## Exercise directions
Your answer should be the lines below from the one holding "#75=IFCINDEXEDPOLYGONALFACE((5,9,10,6));" through the one holding "#84=IFCINDEXEDPOLYGONALFACE((5,7,8,6));", copied exactly and with nothing else.

## Material provided
☆ ☆ ☆

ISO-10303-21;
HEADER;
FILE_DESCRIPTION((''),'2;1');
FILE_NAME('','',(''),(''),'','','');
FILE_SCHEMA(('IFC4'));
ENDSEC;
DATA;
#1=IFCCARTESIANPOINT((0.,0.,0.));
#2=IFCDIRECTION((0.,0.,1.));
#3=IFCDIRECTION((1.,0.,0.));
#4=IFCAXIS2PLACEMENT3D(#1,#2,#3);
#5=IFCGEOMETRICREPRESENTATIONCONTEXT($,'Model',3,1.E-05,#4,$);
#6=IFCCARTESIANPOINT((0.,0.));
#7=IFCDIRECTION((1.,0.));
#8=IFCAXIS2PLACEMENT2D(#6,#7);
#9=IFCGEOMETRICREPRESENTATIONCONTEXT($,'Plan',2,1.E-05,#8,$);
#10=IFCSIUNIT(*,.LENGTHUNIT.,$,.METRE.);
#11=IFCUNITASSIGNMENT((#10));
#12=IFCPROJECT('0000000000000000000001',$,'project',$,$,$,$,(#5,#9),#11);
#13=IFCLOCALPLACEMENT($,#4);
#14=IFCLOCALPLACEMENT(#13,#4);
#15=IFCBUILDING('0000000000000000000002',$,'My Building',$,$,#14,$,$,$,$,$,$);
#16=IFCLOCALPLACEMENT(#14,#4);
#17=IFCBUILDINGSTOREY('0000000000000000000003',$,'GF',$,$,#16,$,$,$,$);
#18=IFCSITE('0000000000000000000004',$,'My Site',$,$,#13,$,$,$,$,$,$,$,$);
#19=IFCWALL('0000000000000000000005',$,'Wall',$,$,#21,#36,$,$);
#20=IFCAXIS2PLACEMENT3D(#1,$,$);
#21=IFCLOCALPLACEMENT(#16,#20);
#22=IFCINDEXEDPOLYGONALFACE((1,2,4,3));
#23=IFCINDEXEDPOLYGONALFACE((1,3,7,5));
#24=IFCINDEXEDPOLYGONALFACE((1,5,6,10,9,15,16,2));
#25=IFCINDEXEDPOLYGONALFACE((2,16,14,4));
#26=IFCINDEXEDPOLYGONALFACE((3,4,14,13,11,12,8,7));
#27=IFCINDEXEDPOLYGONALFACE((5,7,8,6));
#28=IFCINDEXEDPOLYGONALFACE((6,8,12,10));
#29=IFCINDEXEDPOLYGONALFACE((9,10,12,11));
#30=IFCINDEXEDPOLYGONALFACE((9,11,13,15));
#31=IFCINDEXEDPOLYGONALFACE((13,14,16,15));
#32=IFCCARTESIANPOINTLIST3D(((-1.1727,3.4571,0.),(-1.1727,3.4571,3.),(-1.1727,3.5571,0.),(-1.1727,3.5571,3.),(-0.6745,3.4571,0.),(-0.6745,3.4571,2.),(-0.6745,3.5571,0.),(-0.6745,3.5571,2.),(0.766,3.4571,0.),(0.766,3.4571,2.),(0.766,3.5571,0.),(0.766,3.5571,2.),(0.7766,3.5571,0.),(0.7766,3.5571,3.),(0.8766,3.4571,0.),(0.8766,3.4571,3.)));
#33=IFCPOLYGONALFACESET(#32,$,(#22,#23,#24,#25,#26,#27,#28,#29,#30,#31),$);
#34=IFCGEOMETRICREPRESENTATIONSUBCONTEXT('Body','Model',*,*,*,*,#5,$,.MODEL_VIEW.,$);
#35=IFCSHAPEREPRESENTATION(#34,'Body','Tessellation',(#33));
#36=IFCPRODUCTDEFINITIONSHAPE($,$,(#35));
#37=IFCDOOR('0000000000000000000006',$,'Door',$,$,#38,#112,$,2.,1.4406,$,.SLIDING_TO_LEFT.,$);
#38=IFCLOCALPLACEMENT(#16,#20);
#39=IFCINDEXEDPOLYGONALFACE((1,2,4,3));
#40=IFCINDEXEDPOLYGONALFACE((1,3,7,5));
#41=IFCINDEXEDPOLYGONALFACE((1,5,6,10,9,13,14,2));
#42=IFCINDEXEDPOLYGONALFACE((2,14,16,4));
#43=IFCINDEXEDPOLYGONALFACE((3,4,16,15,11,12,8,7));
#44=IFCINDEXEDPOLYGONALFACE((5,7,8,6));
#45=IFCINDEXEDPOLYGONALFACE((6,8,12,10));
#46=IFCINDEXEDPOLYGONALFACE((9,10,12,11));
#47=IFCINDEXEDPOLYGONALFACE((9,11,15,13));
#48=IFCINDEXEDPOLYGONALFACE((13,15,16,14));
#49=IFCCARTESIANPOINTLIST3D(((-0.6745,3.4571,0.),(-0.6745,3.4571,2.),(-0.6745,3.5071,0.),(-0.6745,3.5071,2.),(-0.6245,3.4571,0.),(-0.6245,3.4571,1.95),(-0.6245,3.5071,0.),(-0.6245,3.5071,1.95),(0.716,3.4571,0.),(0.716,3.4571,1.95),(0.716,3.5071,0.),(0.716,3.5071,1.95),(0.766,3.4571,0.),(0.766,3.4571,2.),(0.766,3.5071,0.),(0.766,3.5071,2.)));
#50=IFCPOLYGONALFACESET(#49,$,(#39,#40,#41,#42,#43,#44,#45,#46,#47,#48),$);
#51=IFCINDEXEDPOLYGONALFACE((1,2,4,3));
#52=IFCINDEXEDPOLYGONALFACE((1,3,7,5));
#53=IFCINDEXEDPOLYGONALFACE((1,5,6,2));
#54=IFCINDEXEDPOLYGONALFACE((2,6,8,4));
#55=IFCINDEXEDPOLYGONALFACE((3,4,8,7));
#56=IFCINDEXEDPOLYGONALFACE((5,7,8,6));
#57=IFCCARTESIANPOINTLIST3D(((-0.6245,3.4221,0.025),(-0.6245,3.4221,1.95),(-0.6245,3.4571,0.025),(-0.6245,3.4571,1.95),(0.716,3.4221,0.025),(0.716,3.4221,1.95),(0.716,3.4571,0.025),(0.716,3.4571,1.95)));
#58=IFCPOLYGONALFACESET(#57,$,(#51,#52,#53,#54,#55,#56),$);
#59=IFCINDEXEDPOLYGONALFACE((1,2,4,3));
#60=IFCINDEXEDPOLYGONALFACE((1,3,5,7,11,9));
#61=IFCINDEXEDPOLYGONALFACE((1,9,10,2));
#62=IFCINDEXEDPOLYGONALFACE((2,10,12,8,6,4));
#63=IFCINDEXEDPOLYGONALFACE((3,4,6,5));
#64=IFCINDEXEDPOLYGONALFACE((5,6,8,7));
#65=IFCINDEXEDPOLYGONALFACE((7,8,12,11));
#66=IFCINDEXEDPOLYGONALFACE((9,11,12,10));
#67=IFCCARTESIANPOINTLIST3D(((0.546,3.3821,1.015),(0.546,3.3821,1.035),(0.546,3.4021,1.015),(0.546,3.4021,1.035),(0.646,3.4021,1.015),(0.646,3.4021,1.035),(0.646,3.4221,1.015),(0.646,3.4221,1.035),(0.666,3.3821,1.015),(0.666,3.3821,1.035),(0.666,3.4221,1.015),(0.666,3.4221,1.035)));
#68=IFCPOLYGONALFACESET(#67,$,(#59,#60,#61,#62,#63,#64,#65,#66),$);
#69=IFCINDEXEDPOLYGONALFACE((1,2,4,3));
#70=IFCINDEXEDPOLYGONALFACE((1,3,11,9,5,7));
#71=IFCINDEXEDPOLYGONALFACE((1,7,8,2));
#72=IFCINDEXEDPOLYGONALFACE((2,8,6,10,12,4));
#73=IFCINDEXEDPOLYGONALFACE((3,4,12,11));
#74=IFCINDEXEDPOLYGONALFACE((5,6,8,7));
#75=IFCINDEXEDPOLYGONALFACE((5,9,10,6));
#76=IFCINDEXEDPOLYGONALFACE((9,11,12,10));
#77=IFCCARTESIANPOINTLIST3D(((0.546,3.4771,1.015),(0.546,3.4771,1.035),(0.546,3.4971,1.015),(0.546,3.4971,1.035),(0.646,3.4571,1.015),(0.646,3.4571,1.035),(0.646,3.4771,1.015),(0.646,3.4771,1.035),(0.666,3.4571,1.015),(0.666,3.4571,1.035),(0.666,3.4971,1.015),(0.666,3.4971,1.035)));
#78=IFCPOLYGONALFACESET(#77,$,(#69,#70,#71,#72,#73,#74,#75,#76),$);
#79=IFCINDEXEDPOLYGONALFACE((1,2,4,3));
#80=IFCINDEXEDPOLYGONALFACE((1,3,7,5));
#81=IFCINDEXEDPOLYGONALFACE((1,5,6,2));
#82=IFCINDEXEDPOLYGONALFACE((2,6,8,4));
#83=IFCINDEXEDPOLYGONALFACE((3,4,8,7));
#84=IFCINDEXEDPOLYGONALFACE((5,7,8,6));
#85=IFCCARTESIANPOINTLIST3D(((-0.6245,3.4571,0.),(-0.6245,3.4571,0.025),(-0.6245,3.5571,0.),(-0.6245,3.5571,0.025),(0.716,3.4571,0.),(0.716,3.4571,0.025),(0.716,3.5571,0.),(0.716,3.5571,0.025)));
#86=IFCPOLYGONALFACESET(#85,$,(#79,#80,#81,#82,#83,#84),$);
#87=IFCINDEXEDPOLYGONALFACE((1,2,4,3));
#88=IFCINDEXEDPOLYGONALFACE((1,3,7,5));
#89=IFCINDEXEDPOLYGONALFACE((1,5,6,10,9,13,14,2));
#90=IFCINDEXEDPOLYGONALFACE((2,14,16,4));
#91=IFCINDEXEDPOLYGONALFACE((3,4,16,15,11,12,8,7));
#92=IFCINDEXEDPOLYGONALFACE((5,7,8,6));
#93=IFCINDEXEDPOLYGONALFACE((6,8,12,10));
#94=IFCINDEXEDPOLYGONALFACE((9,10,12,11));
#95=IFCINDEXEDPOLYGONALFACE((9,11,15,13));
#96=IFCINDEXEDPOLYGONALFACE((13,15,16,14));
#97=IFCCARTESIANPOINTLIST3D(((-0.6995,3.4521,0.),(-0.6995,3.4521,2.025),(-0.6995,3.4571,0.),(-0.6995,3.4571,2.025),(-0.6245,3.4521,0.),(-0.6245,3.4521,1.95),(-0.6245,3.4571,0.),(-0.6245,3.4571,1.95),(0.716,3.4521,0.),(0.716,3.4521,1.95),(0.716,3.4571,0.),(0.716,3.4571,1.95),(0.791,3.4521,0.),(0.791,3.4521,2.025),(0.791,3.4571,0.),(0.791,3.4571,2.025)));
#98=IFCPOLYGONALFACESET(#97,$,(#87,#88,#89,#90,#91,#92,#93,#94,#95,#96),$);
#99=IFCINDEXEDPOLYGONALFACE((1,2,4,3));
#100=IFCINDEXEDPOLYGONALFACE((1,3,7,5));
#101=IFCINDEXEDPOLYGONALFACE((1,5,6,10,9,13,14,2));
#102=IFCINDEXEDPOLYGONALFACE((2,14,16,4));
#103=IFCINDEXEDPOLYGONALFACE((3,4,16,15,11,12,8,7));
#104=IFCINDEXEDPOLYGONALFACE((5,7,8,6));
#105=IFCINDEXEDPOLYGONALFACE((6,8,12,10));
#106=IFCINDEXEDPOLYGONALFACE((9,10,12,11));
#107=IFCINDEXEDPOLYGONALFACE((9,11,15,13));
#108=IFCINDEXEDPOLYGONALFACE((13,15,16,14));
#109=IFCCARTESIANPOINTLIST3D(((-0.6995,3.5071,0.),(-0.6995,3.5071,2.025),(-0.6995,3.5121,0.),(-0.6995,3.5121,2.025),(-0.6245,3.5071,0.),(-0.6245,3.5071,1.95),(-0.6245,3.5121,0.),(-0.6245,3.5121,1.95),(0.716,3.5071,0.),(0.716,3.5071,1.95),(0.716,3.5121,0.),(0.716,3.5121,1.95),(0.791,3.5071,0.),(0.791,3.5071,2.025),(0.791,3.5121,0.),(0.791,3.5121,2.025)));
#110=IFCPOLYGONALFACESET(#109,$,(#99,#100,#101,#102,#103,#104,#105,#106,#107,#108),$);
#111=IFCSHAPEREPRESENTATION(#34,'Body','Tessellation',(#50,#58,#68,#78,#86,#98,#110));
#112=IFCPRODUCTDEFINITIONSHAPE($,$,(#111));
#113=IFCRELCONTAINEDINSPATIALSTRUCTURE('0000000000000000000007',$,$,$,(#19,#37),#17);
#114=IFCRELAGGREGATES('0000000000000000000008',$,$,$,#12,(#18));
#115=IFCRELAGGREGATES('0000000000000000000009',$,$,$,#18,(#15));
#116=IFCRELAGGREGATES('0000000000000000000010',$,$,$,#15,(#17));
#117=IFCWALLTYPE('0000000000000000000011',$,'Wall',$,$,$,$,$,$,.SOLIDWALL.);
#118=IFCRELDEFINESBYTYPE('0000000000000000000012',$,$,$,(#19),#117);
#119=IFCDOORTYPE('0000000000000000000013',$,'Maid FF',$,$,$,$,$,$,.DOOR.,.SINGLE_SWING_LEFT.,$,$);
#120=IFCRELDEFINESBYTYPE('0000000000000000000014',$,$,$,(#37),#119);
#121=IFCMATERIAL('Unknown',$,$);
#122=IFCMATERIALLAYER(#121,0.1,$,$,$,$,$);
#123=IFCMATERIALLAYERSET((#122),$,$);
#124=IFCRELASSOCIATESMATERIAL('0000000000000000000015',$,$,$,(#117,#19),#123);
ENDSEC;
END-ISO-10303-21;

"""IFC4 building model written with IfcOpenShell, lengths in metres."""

from ifc_helpers import new_model, entity, si_unit, frame, origin_with_axes, origin_2d_with_axis, place, context, subcontext, project, spatial, line, indexed_curve, outline, extrude, shape, source, transform, mapped, material, layer, layer_set, layer_usage, type_object, type_shapes, element, fill, save


model = new_model("IFC4")

# Units and contexts
model_context = context("Model", 3, precision=1e-05, world=origin_with_axes())
plan_context = context("Plan", 2, precision=1e-05, world=origin_2d_with_axis())
body_context_1 = subcontext(model_context, "Body", "Model", "MODEL_VIEW")
body_context_2 = subcontext(plan_context, "Body", "Plan", "PLAN_VIEW")
ifc_project = project(units=[si_unit("LENGTHUNIT", "METRE")], contexts=[model_context, plan_context])

# Site, building, storey
site_placement = place(None, origin_with_axes())
site = spatial("IfcSite", under=ifc_project, at=site_placement, Name="My Site")
building_placement = place(site_placement, origin_with_axes())
building = spatial("IfcBuilding", under=site, at=building_placement, Name="My Building")
storey_placement = place(building_placement, origin_with_axes())
storey = spatial("IfcBuildingStorey", under=building, at=storey_placement, Name="GF")

# Shared definitions
ifc_material = material(Name="Unknown")

# Shared definitions
ifc_layer_1 = layer(ifc_material, 0.1)
ifc_layer_set_1 = layer_set([ifc_layer_1])
wall_type = type_object("IfcWallType", Name="Wall", PredefinedType="SOLIDWALL", material=ifc_layer_set_1)

# Wall, opening, door
ifc_layer_usage_1 = layer_usage(ifc_layer_set_1, "AXIS2", "POSITIVE", 0.0)
wall_1_placement = place(storey_placement, frame((0.7766, 3.5571, 0.0), z_axis=(0.0, 0.0, 1.0), x_axis=(-1.0, 0.0, 0.0)))
wall_1 = element("IfcWall", 1, at=wall_1_placement, inside=storey, type_object=wall_type, material=ifc_layer_usage_1, Name="Wall", context=body_context_1, shape_type="SweptSolid", body=[
    extrude(outline(indexed_curve([(0.0, 0.0), (-0.1, 0.1), (1.9493, 0.1), (1.9493, 0.0)], segments=[line(1, 2, 3, 4, 1)])), origin_with_axes(), (0.0, 0.0, 1.0), 3.0),
])
shared_shape_1 = source(origin_with_axes(), body_context_1, "Body", "SweptSolid", [
    extrude(outline(indexed_curve([(0.0, 0.0), (1.4406, 0.0), (1.4406, 2.0), (0.0, 2.0)], segments=[line(1, 2, 3, 4, 1)])), frame((0.0, -0.6, 0.0), z_axis=(0.0, -1.0, 0.0), x_axis=(1.0, 0.0, 0.0)), (0.0, 0.0, -1.0), 1.2),
])
opening_1_placement = place(wall_1_placement, frame((1.4511, 0.1, 0.0), z_axis=(0.0, 0.0, 1.0), x_axis=(-1.0, 0.000001, 0.0)))
opening_1 = element("IfcOpeningElement", 2, at=opening_1_placement, cuts=wall_1, PredefinedType="OPENING", context=body_context_1, shape_type="MappedRepresentation", body=[
    mapped(shared_shape_1, transform((0.0, 0.0, 0.0), x_axis=(1.0, 0.0, 0.0), y_axis=(0.0, 1.0, 0.0), z_axis=(0.0, 0.0, 1.0), scale=1.0)),
])
door_type_1 = type_object("IfcDoorType", Name="Maid FF", OperationType="SINGLE_SWING_LEFT", PredefinedType="DOOR")
shared_shape_2 = source(origin_with_axes(), body_context_1, "Body", "SweptSolid", [
    extrude(outline(indexed_curve([(0.0, 0.0), (0.0, 2.0), (1.4406, 2.0), (1.4406, 0.0), (1.3906, 0.0), (1.3906, 1.95), (0.05, 1.95), (0.05, 0.0)], segments=[line(1, 2, 3, 4, 5, 6, 7, 8, 1)])), frame((0.0, 0.0, 0.0), z_axis=(0.0, -1.0, 0.0), x_axis=(1.0, 0.0, 0.0)), (0.0, 0.0, -1.0), 0.05),
    extrude(outline(indexed_curve([(0.0, 0.0), (1.3406, 0.0), (1.3406, 0.035), (0.0, 0.035)], segments=[line(1, 2, 3, 4, 1)])), frame((0.05, -0.035, 0.025), z_axis=(0.0, 0.0, 1.0), x_axis=(1.0, 0.0, 0.0)), (0.0, 0.0, 1.0), 1.925),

☆ ☆ ☆

## Your response
#75=IFCINDEXEDPOLYGONALFACE((5,9,10,6));
#76=IFCINDEXEDPOLYGONALFACE((9,11,12,10));
#77=IFCCARTESIANPOINTLIST3D(((0.546,3.4771,1.015),(0.546,3.4771,1.035),(0.546,3.4971,1.015),(0.546,3.4971,1.035),(0.646,3.4571,1.015),(0.646,3.4571,1.035),(0.646,3.4771,1.015),(0.646,3.4771,1.035),(0.666,3.4571,1.015),(0.666,3.4571,1.035),(0.666,3.4971,1.015),(0.666,3.4971,1.035)));
#78=IFCPOLYGONALFACESET(#77,$,(#69,#70,#71,#72,#73,#74,#75,#76),$);
#79=IFCINDEXEDPOLYGONALFACE((1,2,4,3));
#80=IFCINDEXEDPOLYGONALFACE((1,3,7,5));
#81=IFCINDEXEDPOLYGONALFACE((1,5,6,2));
#82=IFCINDEXEDPOLYGONALFACE((2,6,8,4));
#83=IFCINDEXEDPOLYGONALFACE((3,4,8,7));
#84=IFCINDEXEDPOLYGONALFACE((5,7,8,6));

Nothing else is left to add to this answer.